Now I have to face the realization that I might actually die in my traces here. I’m 66. Ten years of Mary and I’m 76. Time for folks to start looking for my caregiver. So this is not an interlude. This is my life. Somehow, I have to make it count for something.
Things I am exploring are:
1. How to make a living while my time is broken up throughout the day between caregiving and time away from Mary (and I am grateful that at this point I do have time away from her). Mary has no money to pay me and NY has no program to provide stipends to caregivers.
2. How to do something constructive with my time when, as noted above, my time away is fragmented throughout the day.
3. How to deal with days on end of speaking to no one but Mary and, perhaps, the checkout person at the grocery store. Oh, and my cats Papaya and Prince Hairy. There has to be a positive spin on this one somewhere – nurturing my monastic side?

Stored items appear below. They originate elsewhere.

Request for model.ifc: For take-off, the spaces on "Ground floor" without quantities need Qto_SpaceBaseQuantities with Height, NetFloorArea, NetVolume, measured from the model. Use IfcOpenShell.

First a look at what the model holds.

```python
import ifcopenshell
import ifcopenshell.util.element
import ifcopenshell.util.unit

model = ifcopenshell.open("model.ifc")
print(model.schema)
for unit_type in ("LENGTHUNIT", "AREAUNIT", "VOLUMEUNIT"):
    print(unit_type, ifcopenshell.util.unit.calculate_unit_scale(model, unit_type))
storey = next(s for s in model.by_type("IfcBuildingStorey") if s.Name == "Ground floor")
spaces = [e for e in ifcopenshell.util.element.get_decomposition(storey) if e.is_a("IfcSpace")]
for e in sorted(spaces, key=lambda e: e.id()):
    print(e.id(), e.is_a(), e.Name, list(ifcopenshell.util.element.get_psets(e, qtos_only=True)), sep=" | ")
```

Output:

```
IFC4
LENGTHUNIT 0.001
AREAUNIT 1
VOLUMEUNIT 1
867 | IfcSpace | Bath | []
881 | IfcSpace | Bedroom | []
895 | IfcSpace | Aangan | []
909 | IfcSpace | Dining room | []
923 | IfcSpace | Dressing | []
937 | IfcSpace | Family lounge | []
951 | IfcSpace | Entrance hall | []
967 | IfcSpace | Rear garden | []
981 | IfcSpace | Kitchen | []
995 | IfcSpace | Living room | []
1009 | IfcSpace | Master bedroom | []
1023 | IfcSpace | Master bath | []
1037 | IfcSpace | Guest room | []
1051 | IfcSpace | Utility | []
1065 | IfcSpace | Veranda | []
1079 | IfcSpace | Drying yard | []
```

```python
import ifcopenshell
import ifcopenshell.api.pset
import ifcopenshell.geom
import ifcopenshell.util.element
import ifcopenshell.util.shape
import ifcopenshell.util.unit

model = ifcopenshell.open("model.ifc")
unit_scale = ifcopenshell.util.unit.calculate_unit_scale(model)
area_scale = ifcopenshell.util.unit.calculate_unit_scale(model, "AREAUNIT")
volume_scale = ifcopenshell.util.unit.calculate_unit_scale(model, "VOLUMEUNIT")
settings = ifcopenshell.geom.settings()

storey = next(s for s in model.by_type("IfcBuildingStorey") if s.Name == "Ground floor")
spaces = [e for e in ifcopenshell.util.element.get_decomposition(storey) if e.is_a("IfcSpace")]

for e in sorted(spaces, key=lambda e: e.id()):
    if ifcopenshell.util.element.get_psets(e, qtos_only=True, should_inherit=False):
        continue
    # Geometry comes back in metres, in the element's own axes.
    shape = ifcopenshell.geom.create_shape(settings, e)
    values = {
        "Height": ifcopenshell.util.shape.get_z(shape.geometry) / unit_scale,
        "NetFloorArea": ifcopenshell.util.shape.get_footprint_area(shape.geometry) / area_scale,
        "NetVolume": ifcopenshell.util.shape.get_volume(shape.geometry) / volume_scale,
    }
    qto = ifcopenshell.api.pset.add_qto(model, product=e, name="Qto_SpaceBaseQuantities")
    ifcopenshell.api.pset.edit_qto(model, qto=qto, properties=values)
    print(e.id(), {k: round(v, 3) for k, v in values.items()})

model.write("model_rev.ifc")
```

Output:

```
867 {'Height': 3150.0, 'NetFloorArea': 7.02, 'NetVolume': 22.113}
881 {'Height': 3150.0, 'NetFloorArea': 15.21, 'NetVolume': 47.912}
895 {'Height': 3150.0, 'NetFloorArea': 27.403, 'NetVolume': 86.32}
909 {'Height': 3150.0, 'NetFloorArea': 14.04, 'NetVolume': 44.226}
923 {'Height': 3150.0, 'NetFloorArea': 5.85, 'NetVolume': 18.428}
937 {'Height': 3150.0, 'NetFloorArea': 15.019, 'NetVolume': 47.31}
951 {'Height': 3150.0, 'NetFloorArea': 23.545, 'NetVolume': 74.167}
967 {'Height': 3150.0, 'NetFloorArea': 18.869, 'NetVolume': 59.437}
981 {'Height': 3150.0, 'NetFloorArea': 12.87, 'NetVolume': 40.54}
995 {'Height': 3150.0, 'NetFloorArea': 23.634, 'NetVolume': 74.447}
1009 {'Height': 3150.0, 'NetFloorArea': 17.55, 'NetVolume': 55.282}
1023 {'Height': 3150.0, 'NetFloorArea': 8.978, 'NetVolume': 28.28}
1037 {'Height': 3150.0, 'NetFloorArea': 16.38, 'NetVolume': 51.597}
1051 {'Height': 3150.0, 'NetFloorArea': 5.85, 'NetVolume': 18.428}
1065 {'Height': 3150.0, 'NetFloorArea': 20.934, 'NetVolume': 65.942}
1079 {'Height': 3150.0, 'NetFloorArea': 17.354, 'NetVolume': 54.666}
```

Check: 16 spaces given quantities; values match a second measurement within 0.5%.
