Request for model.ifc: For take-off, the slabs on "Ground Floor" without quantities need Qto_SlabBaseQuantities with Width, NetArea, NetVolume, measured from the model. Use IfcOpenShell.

First a look at what the model holds.

```python
import ifcopenshell
import ifcopenshell.util.element
import ifcopenshell.util.unit

model = ifcopenshell.open("model.ifc")
print(model.schema)
for unit_type in ("LENGTHUNIT", "AREAUNIT", "VOLUMEUNIT"):
    print(unit_type, ifcopenshell.util.unit.calculate_unit_scale(model, unit_type))
storey = next(s for s in model.by_type("IfcBuildingStorey") if s.Name == "Ground Floor")
slabs = [e for e in ifcopenshell.util.element.get_decomposition(storey) if e.is_a("IfcSlab")]
for e in sorted(slabs, key=lambda e: e.id()):
    print(e.id(), e.is_a(), e.Name, list(ifcopenshell.util.element.get_psets(e, qtos_only=True)), sep=" | ")
```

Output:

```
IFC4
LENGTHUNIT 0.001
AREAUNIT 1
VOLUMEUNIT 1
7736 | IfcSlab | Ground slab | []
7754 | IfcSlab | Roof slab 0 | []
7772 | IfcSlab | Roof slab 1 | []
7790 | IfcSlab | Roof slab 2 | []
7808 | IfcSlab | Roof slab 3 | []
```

```python
import ifcopenshell
import ifcopenshell.api.pset
import ifcopenshell.geom
import ifcopenshell.util.element
import ifcopenshell.util.shape
import ifcopenshell.util.unit

model = ifcopenshell.open("model.ifc")
unit_scale = ifcopenshell.util.unit.calculate_unit_scale(model)
area_scale = ifcopenshell.util.unit.calculate_unit_scale(model, "AREAUNIT")
volume_scale = ifcopenshell.util.unit.calculate_unit_scale(model, "VOLUMEUNIT")
settings = ifcopenshell.geom.settings()

storey = next(s for s in model.by_type("IfcBuildingStorey") if s.Name == "Ground Floor")
slabs = [e for e in ifcopenshell.util.element.get_decomposition(storey) if e.is_a("IfcSlab")]

for e in sorted(slabs, key=lambda e: e.id()):
    if ifcopenshell.util.element.get_psets(e, qtos_only=True, should_inherit=False):
        continue
    # Geometry comes back in metres, in the element's own axes.
    shape = ifcopenshell.geom.create_shape(settings, e)
    values = {
        "Width": ifcopenshell.util.shape.get_z(shape.geometry) / unit_scale,
        "NetArea": ifcopenshell.util.shape.get_footprint_area(shape.geometry) / area_scale,
        "NetVolume": ifcopenshell.util.shape.get_volume(shape.geometry) / volume_scale,
    }
    qto = ifcopenshell.api.pset.add_qto(model, product=e, name="Qto_SlabBaseQuantities")
    ifcopenshell.api.pset.edit_qto(model, qto=qto, properties=values)
    print(e.id(), {k: round(v, 3) for k, v in values.items()})

model.write("model_rev.ifc")
```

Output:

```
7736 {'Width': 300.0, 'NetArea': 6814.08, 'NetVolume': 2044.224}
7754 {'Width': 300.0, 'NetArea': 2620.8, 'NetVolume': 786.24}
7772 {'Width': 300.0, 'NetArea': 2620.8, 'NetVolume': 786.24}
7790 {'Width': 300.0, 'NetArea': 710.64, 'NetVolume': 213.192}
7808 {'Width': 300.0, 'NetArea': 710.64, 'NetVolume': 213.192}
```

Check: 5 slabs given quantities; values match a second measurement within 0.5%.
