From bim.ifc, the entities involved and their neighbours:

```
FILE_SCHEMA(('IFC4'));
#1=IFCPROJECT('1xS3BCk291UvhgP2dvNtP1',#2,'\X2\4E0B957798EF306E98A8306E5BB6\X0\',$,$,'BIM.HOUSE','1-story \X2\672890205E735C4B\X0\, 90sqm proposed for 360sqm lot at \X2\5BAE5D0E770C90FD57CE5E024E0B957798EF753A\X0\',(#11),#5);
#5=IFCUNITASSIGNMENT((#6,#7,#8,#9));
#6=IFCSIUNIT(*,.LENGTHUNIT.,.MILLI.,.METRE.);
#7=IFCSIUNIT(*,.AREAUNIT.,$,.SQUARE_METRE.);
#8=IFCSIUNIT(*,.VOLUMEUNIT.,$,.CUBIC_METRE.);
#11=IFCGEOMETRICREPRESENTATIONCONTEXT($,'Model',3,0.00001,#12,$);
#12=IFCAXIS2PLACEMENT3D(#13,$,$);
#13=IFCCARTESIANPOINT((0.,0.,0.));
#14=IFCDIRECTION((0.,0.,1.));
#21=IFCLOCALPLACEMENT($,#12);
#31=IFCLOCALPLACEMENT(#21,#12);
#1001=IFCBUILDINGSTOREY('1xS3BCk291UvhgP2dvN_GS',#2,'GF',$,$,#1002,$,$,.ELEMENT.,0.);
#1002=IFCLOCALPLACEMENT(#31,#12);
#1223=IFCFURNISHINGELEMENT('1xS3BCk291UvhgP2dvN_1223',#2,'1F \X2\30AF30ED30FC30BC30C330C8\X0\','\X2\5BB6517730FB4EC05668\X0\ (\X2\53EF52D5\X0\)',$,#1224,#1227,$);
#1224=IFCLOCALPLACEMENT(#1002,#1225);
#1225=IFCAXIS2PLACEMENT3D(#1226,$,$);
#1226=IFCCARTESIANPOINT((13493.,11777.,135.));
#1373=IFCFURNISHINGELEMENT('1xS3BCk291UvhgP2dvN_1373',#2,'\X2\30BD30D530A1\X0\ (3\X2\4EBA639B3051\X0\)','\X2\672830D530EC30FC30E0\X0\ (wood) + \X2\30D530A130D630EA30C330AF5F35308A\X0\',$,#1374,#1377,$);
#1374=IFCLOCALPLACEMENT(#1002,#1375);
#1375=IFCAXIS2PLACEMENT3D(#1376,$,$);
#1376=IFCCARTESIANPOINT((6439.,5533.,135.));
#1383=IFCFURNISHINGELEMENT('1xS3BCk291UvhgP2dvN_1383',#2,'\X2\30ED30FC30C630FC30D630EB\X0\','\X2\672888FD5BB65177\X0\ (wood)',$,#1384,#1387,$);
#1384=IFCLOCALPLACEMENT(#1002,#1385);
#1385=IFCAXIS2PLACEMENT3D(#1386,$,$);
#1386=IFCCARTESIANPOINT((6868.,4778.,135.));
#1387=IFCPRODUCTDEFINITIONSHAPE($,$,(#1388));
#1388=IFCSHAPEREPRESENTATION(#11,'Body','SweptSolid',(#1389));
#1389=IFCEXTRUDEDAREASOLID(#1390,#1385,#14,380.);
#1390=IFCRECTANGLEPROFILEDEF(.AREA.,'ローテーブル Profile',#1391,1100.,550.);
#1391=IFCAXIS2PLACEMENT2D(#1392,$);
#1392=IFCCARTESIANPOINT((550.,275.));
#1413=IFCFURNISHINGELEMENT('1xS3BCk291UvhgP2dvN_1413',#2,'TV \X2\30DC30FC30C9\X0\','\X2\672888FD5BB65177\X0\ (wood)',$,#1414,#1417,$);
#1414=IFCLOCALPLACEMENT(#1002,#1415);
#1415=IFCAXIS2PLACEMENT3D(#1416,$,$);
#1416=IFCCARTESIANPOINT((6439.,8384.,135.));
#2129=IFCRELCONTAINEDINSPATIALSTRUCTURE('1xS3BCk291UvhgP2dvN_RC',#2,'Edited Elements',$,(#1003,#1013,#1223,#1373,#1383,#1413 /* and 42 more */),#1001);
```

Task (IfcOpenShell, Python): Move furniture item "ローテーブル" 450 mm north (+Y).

```python
import ifcopenshell
import ifcopenshell.api.geometry
import ifcopenshell.util.placement
import ifcopenshell.util.unit

model = ifcopenshell.open("bim.ifc")
unit_scale = ifcopenshell.util.unit.calculate_unit_scale(model)

item = model.by_guid("1xS3BCk291UvhgP2dvN_1383")
matrix = ifcopenshell.util.placement.get_local_placement(item.ObjectPlacement)
matrix[1, 3] += 0.45 / unit_scale
ifcopenshell.api.geometry.edit_object_placement(model, product=item, matrix=matrix, is_si=False)

print(ifcopenshell.util.placement.get_local_placement(item.ObjectPlacement).round(3) + 0.0)

model.write("bim_updated.ifc")
```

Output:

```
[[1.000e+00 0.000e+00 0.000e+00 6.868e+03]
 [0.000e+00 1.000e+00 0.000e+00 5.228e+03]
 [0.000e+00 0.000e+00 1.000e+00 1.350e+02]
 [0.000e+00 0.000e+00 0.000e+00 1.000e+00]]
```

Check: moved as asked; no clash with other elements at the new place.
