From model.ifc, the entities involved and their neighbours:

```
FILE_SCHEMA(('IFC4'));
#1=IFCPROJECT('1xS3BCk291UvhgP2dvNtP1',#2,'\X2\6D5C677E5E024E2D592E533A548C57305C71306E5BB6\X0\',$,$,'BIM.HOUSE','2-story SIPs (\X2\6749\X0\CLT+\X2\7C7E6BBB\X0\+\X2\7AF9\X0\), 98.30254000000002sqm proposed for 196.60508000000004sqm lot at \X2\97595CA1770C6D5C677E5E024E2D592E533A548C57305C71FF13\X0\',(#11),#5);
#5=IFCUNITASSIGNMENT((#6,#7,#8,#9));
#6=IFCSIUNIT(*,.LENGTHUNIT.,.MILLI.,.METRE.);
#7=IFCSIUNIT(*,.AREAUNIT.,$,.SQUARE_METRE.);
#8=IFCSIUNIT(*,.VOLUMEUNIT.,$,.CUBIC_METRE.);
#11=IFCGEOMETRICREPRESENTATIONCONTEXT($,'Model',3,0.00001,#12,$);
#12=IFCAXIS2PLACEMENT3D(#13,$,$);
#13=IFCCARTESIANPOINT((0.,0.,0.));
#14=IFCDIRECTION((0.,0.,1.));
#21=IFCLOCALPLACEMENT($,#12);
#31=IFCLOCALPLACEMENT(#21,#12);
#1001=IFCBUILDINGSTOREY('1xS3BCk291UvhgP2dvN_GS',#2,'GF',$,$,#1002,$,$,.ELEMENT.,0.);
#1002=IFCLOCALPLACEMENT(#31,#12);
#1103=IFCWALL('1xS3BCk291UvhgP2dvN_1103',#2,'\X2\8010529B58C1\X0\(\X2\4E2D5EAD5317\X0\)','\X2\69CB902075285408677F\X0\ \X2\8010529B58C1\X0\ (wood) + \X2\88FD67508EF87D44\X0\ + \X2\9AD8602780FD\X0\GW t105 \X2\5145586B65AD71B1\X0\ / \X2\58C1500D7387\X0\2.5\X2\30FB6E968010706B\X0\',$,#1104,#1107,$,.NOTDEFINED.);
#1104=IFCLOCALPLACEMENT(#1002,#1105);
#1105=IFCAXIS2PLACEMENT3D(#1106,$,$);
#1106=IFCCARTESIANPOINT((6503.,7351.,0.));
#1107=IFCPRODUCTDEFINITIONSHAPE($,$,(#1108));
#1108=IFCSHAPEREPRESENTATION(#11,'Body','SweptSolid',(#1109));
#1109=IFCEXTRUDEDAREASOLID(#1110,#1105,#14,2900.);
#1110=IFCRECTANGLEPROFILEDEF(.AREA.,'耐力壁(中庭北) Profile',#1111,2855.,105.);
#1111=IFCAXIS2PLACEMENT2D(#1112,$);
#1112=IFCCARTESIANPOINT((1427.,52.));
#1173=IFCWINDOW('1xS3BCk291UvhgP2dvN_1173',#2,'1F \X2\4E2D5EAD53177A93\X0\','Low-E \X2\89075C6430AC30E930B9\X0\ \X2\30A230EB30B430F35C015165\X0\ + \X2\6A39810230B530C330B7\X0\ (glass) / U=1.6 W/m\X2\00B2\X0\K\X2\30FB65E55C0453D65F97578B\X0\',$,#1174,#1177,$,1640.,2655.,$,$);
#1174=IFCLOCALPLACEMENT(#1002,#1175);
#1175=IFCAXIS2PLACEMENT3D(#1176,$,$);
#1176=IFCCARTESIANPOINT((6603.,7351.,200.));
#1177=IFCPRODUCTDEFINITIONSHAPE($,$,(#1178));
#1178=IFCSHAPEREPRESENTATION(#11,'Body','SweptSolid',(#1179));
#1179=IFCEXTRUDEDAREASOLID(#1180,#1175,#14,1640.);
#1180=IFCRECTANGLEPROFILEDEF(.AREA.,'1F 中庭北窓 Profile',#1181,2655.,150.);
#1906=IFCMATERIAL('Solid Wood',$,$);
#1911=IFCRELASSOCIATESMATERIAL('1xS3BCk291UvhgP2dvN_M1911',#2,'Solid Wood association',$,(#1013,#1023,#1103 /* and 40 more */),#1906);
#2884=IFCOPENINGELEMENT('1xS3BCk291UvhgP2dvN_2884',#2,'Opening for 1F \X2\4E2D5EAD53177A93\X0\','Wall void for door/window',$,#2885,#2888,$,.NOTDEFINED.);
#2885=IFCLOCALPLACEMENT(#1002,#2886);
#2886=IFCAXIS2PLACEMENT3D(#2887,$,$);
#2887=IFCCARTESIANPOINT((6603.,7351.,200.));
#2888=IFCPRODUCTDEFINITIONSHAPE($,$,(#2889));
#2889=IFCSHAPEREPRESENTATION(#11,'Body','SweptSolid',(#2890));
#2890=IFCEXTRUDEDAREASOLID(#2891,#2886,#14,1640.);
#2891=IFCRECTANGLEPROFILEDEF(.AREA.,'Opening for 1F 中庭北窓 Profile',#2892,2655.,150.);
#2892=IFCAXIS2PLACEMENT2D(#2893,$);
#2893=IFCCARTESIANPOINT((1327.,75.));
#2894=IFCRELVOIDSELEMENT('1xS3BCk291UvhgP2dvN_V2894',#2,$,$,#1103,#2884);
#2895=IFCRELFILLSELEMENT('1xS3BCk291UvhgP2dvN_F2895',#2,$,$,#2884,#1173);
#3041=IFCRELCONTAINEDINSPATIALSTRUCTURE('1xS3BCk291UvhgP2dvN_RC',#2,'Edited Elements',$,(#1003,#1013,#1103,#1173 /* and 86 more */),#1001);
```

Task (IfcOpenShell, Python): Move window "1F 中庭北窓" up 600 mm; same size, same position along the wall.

```python
import numpy as np
import ifcopenshell
import ifcopenshell.api.geometry
import ifcopenshell.util.placement
import ifcopenshell.util.unit

model = ifcopenshell.open("model.ifc")
unit_scale = ifcopenshell.util.unit.calculate_unit_scale(model)

window = model.by_guid("1xS3BCk291UvhgP2dvN_1173")
opening = window.FillsVoids[0].RelatingOpeningElement
dz = 0.6 / unit_scale

shift = np.array([0.0, 0.0, dz])
# The window is not placed relative to its opening, so move both.
for product in (opening, window):
    matrix = ifcopenshell.util.placement.get_local_placement(product.ObjectPlacement)
    matrix[:3, 3] += shift
    ifcopenshell.api.geometry.edit_object_placement(model, product=product, matrix=matrix, is_si=False)

print(f"moved by {dz * unit_scale:+.3f} m")

model.write("model_rev.ifc")
```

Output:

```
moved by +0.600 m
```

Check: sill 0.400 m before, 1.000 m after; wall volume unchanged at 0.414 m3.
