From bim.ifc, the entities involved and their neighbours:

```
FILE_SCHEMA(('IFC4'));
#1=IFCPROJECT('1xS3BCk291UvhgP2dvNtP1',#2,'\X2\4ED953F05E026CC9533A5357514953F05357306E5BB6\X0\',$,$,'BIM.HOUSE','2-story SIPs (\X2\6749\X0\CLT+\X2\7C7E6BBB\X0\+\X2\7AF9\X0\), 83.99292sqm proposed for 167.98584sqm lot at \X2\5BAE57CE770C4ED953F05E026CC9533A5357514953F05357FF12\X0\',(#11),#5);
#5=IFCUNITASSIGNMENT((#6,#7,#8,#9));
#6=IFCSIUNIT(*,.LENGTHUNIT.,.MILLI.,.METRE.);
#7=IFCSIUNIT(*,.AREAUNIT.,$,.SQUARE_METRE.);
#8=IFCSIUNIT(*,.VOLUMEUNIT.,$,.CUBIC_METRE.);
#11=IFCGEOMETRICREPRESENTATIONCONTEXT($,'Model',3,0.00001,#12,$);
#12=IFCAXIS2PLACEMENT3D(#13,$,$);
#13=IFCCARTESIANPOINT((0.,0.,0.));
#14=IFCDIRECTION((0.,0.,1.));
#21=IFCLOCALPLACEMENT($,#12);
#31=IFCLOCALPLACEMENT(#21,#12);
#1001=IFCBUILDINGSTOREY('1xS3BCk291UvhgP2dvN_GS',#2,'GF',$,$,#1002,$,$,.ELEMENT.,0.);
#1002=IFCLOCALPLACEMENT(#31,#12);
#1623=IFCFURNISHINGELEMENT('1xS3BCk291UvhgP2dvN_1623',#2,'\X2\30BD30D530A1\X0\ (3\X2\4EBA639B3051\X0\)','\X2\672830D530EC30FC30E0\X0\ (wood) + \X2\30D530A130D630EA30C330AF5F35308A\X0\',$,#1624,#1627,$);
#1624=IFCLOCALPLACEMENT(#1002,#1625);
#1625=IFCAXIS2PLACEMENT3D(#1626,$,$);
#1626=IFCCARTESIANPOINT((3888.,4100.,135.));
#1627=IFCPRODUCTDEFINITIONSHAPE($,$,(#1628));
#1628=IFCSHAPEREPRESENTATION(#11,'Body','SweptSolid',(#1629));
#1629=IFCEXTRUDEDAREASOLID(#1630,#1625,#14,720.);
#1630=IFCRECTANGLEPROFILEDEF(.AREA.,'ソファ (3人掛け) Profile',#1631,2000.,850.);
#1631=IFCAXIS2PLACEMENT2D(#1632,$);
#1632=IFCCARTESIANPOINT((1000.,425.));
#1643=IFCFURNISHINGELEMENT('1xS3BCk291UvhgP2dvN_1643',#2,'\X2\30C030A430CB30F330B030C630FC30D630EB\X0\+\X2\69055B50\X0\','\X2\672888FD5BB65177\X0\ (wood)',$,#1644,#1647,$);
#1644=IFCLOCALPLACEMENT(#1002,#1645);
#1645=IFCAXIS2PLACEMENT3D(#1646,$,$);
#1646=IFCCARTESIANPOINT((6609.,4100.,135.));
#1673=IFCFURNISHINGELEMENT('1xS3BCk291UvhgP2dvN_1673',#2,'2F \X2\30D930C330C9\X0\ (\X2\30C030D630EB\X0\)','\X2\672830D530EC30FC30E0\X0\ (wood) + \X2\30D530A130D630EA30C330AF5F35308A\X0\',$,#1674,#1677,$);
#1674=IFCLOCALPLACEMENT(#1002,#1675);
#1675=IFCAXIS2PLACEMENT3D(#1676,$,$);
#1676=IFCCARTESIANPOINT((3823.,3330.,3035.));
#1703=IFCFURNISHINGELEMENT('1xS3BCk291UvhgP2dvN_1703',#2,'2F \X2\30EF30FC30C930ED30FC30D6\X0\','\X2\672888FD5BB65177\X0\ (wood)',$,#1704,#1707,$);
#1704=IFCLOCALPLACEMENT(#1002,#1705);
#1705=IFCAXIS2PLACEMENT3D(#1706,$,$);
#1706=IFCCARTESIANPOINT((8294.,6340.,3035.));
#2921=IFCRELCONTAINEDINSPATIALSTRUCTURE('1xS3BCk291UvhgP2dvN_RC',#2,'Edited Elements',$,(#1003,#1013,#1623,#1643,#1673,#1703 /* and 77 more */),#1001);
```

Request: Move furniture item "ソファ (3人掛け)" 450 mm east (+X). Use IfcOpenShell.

```python
import ifcopenshell
import ifcopenshell.api.geometry
import ifcopenshell.util.placement
import ifcopenshell.util.unit

model = ifcopenshell.open("bim.ifc")
unit_scale = ifcopenshell.util.unit.calculate_unit_scale(model)

item = model.by_id(1623)
matrix = ifcopenshell.util.placement.get_local_placement(item.ObjectPlacement)
matrix[0, 3] += 0.45 / unit_scale
ifcopenshell.api.geometry.edit_object_placement(model, product=item, matrix=matrix, is_si=False)

print(ifcopenshell.util.placement.get_local_placement(item.ObjectPlacement).round(3) + 0.0)

model.write("bim_v2.ifc")
```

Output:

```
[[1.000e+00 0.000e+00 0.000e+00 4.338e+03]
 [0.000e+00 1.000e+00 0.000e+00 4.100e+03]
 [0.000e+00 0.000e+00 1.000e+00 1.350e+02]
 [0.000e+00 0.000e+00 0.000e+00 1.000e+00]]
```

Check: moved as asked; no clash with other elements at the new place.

4. Making this a vocation, rather than just a job. This one is tough, because Mary is not, say, my sainted sister, but a real little s**t.
5. Developing mental discipline to keep myself motivated to be more consistent with meditation and exercise regimens.
My situation is pretty easy compared to most I’ve read about. I certainly don’t have the emotional pain involved with caring for a loved one. I am not whining, but have been hit with something that I hadn’t expected: a little frisson of panic at the thought that this is it. I am sure others have experienced this. I am just new at the game and feeling my way.